*Work request*.
Every line below that includes the word "IFCRELAGGREGATES" needs to be copied.

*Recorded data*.
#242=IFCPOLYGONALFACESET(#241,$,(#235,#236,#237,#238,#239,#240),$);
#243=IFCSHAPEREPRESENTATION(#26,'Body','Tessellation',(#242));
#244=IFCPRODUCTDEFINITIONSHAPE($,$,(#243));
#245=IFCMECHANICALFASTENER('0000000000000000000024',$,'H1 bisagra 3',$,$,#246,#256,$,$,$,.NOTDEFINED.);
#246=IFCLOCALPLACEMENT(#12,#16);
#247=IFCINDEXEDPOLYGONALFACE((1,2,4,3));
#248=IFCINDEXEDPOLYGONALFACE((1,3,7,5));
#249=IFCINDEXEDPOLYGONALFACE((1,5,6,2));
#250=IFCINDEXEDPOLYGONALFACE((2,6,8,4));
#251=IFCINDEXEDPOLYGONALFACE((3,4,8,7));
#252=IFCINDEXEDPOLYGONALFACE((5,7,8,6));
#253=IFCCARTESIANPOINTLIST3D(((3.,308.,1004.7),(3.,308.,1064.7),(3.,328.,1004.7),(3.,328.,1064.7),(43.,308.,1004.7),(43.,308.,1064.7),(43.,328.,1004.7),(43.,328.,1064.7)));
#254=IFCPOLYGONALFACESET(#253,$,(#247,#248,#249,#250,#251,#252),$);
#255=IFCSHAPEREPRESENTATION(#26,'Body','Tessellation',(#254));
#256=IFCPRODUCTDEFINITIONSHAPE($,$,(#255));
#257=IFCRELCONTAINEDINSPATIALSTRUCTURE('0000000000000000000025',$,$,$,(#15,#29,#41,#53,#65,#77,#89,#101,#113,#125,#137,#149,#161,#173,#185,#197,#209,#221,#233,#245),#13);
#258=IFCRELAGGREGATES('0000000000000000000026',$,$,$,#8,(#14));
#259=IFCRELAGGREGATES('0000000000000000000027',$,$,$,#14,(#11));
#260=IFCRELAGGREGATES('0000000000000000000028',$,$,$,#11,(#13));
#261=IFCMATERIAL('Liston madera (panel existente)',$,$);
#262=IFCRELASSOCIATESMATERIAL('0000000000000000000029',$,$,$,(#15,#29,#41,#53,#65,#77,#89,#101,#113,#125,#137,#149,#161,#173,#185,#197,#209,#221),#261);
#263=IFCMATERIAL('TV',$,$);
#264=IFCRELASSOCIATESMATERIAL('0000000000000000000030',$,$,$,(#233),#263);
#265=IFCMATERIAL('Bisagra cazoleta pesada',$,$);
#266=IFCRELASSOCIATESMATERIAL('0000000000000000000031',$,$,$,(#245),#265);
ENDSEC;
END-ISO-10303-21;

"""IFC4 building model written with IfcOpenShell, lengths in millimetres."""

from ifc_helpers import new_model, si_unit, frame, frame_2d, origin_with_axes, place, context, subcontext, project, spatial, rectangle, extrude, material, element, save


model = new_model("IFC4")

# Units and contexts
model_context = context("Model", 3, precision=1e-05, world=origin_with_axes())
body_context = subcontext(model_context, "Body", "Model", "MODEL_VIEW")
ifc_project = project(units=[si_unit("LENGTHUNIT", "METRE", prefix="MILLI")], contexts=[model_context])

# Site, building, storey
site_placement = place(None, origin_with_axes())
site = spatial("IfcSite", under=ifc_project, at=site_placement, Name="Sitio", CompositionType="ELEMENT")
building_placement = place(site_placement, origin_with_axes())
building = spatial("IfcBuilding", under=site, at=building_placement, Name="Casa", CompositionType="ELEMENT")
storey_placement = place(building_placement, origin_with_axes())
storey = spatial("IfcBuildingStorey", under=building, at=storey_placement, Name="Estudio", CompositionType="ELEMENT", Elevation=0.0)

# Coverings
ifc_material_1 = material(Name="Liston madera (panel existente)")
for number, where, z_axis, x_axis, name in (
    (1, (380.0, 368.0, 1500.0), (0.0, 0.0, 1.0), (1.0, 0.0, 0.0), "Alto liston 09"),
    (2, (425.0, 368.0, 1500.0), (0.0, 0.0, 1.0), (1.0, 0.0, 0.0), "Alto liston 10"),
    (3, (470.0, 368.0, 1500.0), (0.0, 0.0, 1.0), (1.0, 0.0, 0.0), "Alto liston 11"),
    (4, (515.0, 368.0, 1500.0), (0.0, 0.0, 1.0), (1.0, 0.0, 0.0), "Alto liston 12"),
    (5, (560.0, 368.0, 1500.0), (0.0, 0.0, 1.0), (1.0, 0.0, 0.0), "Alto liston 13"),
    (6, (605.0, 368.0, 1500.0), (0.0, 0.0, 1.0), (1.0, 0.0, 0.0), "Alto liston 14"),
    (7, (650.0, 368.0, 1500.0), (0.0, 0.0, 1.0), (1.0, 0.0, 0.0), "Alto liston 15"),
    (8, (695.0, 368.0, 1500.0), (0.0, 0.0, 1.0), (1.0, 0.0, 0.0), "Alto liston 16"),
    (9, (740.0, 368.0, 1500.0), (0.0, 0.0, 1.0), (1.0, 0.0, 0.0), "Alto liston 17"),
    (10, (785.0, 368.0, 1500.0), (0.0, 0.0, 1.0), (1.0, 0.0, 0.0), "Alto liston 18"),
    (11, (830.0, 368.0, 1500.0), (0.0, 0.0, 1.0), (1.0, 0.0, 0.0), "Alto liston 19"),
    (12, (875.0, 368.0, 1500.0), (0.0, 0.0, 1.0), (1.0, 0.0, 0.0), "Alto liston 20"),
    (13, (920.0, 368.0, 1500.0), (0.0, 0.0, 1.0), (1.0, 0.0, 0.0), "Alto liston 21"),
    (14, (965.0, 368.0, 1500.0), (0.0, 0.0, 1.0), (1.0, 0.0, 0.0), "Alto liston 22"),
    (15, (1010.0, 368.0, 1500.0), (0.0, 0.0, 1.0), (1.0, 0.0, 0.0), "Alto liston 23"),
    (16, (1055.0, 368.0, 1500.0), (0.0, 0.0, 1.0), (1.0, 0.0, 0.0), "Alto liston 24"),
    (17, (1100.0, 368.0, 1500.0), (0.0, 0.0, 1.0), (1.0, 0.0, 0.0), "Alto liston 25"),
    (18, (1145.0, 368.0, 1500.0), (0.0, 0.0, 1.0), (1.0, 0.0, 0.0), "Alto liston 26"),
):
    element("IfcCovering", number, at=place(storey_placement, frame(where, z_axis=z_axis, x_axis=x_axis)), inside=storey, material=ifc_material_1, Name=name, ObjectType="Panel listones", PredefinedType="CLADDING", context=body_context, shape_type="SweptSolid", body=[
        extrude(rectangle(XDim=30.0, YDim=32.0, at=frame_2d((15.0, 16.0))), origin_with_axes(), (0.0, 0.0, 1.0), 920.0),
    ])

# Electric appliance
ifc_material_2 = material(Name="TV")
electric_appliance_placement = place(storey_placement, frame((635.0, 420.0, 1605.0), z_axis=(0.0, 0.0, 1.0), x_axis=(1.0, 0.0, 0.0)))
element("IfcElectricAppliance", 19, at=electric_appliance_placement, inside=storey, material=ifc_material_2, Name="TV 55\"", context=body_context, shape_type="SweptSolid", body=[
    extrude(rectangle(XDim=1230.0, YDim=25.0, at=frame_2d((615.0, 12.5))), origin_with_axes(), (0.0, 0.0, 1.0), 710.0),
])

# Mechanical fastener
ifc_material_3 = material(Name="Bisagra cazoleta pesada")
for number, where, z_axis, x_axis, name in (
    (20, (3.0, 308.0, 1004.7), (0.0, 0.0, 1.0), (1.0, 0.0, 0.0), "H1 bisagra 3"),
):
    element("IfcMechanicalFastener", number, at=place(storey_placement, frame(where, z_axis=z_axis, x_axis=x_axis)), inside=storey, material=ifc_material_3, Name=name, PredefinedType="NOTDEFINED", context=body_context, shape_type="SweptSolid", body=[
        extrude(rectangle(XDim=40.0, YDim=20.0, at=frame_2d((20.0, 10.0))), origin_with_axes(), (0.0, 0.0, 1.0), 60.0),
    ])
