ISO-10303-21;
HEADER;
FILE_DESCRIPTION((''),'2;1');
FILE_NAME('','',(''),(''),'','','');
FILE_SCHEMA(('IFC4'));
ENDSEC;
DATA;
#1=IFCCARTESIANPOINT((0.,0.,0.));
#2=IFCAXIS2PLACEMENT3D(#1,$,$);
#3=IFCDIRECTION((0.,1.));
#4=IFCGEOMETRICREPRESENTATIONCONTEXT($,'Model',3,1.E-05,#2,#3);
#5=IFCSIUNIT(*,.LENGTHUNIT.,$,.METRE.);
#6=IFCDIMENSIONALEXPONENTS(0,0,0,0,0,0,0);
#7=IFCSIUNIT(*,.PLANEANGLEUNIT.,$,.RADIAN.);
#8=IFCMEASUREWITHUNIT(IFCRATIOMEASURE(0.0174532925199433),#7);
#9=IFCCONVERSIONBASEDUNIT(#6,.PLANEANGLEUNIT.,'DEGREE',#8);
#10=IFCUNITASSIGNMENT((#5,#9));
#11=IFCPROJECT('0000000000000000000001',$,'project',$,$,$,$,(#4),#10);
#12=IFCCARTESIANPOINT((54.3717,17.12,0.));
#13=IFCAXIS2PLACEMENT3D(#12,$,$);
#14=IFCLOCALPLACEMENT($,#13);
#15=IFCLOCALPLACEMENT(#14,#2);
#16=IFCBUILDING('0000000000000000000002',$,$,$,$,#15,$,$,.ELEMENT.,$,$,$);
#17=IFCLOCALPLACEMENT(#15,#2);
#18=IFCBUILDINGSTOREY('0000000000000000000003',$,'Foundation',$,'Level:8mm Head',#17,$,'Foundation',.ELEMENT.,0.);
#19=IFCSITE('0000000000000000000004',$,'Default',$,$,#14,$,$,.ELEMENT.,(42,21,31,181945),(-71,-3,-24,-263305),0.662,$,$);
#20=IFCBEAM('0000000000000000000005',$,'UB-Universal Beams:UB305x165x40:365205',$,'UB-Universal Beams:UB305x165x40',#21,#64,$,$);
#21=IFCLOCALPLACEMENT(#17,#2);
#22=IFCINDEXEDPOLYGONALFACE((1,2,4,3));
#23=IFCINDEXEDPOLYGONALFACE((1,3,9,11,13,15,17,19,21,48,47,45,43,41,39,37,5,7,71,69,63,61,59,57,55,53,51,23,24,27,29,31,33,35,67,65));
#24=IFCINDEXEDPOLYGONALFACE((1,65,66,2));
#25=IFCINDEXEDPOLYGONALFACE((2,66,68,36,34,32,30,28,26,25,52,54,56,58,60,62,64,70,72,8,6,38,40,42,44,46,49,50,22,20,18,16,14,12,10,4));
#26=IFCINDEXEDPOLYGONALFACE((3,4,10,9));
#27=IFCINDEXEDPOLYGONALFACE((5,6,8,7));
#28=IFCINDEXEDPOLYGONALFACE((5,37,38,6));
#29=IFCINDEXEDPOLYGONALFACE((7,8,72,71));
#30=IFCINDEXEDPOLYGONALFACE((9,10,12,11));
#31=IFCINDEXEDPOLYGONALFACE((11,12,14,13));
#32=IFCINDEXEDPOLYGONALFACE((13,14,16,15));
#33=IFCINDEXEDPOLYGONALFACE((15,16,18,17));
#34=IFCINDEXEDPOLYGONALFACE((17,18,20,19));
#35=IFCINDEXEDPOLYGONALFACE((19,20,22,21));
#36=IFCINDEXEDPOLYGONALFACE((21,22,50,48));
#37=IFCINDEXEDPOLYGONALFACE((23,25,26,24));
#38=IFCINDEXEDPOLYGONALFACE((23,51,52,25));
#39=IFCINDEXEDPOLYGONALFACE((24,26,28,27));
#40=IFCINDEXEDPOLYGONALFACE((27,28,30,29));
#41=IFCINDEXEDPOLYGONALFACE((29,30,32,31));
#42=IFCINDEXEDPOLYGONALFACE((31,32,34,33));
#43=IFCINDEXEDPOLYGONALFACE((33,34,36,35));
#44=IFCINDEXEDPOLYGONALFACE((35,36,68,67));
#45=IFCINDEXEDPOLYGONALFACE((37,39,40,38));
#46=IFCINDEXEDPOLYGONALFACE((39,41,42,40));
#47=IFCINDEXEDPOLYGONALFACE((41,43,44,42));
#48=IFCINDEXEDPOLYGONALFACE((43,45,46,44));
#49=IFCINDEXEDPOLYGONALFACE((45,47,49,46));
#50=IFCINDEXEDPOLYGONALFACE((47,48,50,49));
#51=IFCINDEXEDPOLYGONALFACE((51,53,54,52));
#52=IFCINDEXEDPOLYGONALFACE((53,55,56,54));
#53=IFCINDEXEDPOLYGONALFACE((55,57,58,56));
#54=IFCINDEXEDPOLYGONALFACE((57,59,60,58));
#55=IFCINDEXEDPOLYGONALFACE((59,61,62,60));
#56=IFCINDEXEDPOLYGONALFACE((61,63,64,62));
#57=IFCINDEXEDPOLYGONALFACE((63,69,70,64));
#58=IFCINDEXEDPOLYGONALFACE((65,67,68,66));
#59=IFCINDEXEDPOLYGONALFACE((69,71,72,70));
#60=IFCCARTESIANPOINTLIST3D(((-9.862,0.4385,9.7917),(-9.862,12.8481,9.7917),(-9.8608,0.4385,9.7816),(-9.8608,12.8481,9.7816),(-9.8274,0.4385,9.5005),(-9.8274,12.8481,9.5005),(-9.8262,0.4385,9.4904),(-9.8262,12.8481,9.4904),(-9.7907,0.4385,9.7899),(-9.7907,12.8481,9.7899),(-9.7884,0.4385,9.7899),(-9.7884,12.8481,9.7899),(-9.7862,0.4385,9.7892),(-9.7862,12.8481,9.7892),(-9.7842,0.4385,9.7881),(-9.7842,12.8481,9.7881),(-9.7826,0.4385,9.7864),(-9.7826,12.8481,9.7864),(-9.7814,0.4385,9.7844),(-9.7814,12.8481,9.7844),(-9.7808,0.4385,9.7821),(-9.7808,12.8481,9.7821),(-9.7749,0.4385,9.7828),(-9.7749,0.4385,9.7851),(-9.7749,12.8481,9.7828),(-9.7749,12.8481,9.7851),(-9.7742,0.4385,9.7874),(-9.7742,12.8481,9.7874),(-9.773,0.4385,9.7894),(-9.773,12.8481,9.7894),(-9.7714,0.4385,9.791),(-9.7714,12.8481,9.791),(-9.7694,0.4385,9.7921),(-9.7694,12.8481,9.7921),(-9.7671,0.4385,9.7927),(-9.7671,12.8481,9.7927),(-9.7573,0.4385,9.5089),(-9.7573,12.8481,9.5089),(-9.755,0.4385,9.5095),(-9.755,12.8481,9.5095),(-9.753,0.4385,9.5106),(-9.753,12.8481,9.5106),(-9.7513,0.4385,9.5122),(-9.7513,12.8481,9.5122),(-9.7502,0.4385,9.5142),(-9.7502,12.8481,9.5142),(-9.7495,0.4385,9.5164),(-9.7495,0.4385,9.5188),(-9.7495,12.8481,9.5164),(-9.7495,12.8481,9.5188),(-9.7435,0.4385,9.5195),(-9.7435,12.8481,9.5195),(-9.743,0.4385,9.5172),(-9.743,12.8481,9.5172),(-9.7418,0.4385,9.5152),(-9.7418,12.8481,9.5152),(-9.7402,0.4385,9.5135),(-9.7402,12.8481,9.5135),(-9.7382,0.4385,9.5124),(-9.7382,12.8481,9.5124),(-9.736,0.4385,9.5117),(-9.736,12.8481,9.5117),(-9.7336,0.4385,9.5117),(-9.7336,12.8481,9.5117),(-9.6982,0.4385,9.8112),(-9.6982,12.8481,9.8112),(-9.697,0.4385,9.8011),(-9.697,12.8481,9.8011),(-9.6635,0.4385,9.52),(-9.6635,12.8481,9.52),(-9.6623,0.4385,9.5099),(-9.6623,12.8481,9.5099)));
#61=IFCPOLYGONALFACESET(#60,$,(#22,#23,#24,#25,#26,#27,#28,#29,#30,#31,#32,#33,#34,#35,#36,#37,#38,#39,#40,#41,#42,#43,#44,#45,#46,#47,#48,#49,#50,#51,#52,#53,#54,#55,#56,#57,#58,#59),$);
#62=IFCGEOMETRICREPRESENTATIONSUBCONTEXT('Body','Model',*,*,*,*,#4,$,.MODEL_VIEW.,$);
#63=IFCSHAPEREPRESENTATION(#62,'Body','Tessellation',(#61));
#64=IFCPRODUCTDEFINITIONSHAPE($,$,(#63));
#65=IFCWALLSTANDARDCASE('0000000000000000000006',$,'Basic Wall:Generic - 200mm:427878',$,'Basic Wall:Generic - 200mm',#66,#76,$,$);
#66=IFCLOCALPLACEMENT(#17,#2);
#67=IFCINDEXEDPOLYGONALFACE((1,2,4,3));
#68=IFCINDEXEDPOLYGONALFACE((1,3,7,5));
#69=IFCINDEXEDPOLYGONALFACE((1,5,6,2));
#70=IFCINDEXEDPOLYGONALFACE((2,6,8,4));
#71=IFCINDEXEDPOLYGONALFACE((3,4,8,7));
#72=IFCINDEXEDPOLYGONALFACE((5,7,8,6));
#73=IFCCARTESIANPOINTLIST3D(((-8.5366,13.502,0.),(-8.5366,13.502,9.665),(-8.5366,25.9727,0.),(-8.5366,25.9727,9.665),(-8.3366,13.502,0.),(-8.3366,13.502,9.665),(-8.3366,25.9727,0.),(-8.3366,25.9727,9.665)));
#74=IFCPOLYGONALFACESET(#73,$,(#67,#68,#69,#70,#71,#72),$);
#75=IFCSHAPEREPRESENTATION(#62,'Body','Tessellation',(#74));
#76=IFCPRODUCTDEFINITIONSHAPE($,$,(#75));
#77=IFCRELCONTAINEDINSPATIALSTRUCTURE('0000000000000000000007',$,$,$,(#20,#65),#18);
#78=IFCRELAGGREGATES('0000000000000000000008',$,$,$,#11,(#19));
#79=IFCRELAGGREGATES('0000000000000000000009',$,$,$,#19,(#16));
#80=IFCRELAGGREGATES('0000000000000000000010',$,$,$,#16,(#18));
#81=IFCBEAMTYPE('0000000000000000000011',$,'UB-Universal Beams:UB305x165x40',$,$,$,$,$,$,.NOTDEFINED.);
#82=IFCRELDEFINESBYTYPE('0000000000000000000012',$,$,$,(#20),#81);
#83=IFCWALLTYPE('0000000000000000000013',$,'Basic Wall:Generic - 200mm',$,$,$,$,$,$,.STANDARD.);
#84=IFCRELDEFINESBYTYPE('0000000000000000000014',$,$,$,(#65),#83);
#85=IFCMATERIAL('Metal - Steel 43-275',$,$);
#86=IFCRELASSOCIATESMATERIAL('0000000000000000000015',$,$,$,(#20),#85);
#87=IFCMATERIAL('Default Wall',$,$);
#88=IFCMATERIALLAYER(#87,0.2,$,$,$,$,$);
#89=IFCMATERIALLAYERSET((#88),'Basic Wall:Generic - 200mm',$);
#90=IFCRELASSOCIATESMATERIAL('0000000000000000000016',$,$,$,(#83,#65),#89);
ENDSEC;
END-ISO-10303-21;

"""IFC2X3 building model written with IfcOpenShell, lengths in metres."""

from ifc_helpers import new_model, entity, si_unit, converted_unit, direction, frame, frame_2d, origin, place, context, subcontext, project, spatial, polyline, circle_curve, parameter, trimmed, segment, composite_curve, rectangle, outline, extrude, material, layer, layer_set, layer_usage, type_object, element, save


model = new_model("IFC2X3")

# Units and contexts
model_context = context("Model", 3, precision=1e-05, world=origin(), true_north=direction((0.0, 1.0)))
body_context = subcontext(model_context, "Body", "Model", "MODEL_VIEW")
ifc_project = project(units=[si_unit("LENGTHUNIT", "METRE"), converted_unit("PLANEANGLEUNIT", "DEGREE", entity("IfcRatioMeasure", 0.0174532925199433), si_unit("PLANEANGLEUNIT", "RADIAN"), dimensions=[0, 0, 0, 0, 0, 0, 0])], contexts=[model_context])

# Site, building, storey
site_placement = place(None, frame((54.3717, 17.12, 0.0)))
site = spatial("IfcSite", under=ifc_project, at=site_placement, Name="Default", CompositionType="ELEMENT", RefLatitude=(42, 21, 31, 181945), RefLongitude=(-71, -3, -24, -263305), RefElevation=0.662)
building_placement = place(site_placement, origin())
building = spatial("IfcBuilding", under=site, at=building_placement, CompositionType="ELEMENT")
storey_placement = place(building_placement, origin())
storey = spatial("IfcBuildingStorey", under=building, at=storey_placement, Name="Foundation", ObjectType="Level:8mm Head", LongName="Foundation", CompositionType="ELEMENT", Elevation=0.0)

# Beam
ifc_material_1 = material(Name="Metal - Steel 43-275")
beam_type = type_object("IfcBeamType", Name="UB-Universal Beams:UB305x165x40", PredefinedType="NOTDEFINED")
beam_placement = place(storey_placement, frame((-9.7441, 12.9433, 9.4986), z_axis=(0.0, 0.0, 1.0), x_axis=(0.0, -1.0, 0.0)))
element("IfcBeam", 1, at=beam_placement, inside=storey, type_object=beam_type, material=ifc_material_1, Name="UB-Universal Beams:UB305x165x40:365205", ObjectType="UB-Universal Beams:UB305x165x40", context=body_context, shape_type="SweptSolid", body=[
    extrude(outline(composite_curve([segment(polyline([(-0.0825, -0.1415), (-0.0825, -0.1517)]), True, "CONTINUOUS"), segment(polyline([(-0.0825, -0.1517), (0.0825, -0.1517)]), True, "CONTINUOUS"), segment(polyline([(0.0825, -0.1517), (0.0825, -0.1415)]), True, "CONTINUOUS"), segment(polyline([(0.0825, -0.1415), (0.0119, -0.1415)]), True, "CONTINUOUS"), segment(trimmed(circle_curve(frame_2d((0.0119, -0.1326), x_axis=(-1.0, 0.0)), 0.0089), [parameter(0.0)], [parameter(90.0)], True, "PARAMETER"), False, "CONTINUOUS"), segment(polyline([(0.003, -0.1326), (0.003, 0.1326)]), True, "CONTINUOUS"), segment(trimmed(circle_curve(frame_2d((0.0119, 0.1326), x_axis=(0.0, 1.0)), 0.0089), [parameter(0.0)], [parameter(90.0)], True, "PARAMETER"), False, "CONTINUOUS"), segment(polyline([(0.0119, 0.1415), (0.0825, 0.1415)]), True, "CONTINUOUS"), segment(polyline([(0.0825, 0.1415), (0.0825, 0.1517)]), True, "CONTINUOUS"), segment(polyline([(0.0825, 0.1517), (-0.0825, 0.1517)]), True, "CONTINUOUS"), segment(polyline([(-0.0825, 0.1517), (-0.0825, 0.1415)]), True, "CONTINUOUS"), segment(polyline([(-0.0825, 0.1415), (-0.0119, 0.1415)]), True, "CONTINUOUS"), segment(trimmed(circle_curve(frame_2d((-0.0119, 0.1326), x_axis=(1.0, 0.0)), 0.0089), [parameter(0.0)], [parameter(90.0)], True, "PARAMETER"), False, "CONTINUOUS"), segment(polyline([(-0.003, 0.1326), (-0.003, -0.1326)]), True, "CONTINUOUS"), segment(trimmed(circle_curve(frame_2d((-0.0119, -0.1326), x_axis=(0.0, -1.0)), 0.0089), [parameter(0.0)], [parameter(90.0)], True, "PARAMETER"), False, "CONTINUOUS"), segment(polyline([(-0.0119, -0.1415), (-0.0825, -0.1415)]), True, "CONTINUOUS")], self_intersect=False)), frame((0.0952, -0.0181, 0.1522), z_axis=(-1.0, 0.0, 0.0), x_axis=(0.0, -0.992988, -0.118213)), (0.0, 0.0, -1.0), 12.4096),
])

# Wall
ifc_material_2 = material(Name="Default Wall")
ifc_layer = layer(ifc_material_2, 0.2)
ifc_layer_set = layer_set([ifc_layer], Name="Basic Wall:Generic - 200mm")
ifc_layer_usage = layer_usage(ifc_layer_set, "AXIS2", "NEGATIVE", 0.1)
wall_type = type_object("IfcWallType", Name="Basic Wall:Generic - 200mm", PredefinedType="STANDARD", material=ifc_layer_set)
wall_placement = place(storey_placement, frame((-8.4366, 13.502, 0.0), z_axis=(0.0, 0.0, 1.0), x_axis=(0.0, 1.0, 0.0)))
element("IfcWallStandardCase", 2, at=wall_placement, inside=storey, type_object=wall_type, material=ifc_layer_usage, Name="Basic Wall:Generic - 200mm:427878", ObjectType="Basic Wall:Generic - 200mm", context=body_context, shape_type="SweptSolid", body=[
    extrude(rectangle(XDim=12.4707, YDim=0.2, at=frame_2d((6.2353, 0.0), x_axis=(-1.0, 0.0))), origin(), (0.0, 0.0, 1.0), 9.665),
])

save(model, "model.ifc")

==

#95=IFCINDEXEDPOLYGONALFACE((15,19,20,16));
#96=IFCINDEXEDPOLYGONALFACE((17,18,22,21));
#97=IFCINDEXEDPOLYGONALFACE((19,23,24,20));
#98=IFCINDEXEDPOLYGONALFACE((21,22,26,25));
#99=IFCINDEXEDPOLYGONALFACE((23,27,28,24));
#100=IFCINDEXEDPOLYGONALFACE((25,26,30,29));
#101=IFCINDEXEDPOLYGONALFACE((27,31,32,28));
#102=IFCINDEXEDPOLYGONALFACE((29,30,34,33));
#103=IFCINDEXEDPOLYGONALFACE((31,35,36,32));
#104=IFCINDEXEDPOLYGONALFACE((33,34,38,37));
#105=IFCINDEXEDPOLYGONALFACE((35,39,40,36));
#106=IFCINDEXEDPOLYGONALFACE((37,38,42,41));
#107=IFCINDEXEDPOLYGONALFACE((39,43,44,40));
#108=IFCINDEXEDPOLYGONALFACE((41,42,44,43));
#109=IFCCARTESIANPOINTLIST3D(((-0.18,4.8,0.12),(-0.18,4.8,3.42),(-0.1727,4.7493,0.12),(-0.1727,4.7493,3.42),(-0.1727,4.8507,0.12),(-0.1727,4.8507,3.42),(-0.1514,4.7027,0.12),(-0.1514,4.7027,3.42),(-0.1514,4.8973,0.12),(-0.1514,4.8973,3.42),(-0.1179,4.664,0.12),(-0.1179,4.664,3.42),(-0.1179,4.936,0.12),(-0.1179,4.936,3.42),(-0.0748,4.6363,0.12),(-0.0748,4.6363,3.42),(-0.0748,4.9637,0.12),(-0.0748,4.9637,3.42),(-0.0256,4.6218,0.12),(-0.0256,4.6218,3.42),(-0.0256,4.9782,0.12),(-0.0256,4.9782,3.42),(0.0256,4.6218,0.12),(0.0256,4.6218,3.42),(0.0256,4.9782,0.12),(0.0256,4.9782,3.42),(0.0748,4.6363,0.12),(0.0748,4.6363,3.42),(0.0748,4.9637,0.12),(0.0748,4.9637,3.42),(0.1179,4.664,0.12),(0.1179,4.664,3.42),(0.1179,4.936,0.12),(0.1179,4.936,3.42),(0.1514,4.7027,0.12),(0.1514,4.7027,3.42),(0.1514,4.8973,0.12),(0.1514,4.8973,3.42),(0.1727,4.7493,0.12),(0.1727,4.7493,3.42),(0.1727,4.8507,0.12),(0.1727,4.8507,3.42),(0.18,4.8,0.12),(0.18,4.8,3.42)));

*The answer*.
#258=IFCRELAGGREGATES('0000000000000000000026',$,$,$,#8,(#14));
#259=IFCRELAGGREGATES('0000000000000000000027',$,$,$,#14,(#11));
#260=IFCRELAGGREGATES('0000000000000000000028',$,$,$,#11,(#13));
#78=IFCRELAGGREGATES('0000000000000000000008',$,$,$,#11,(#19));
#79=IFCRELAGGREGATES('0000000000000000000009',$,$,$,#19,(#16));
#80=IFCRELAGGREGATES('0000000000000000000010',$,$,$,#16,(#18));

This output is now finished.